* Assignment:
Start at the line holding "site_placement = place(None, origin())". Write out that line and each one after it to the end of the data, unchanged.

* Input data:

============

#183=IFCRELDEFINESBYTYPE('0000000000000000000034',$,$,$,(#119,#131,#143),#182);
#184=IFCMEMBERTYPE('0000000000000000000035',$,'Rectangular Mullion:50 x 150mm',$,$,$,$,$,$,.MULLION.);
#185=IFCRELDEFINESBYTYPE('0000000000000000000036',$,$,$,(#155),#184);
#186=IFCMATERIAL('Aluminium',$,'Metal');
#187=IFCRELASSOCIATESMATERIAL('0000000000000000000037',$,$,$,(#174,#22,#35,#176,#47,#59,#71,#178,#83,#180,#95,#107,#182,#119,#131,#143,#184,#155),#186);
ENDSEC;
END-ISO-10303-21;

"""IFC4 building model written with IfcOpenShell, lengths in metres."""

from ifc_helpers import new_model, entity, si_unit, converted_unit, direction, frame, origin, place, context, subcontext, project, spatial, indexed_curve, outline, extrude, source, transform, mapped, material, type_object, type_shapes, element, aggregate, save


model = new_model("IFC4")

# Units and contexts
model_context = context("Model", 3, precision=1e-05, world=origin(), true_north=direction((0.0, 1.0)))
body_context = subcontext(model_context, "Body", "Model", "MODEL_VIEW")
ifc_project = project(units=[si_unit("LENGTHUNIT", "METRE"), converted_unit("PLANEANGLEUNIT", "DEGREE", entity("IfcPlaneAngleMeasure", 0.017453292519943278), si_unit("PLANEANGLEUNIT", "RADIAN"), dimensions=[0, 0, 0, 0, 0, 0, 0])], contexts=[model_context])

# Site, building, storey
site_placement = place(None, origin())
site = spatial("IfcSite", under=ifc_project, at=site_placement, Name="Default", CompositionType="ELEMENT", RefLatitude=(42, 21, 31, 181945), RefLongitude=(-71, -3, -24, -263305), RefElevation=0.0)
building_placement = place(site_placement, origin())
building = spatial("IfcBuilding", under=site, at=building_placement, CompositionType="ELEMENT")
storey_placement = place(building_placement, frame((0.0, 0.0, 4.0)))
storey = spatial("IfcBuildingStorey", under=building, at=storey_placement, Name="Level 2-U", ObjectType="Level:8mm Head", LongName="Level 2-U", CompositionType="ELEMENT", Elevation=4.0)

============

* Exercise solution:
site_placement = place(None, origin())
site = spatial("IfcSite", under=ifc_project, at=site_placement, Name="Default", CompositionType="ELEMENT", RefLatitude=(42, 21, 31, 181945), RefLongitude=(-71, -3, -24, -263305), RefElevation=0.0)
building_placement = place(site_placement, origin())
building = spatial("IfcBuilding", under=site, at=building_placement, CompositionType="ELEMENT")
storey_placement = place(building_placement, frame((0.0, 0.0, 4.0)))
storey = spatial("IfcBuildingStorey", under=building, at=storey_placement, Name="Level 2-U", ObjectType="Level:8mm Head", LongName="Level 2-U", CompositionType="ELEMENT", Elevation=4.0)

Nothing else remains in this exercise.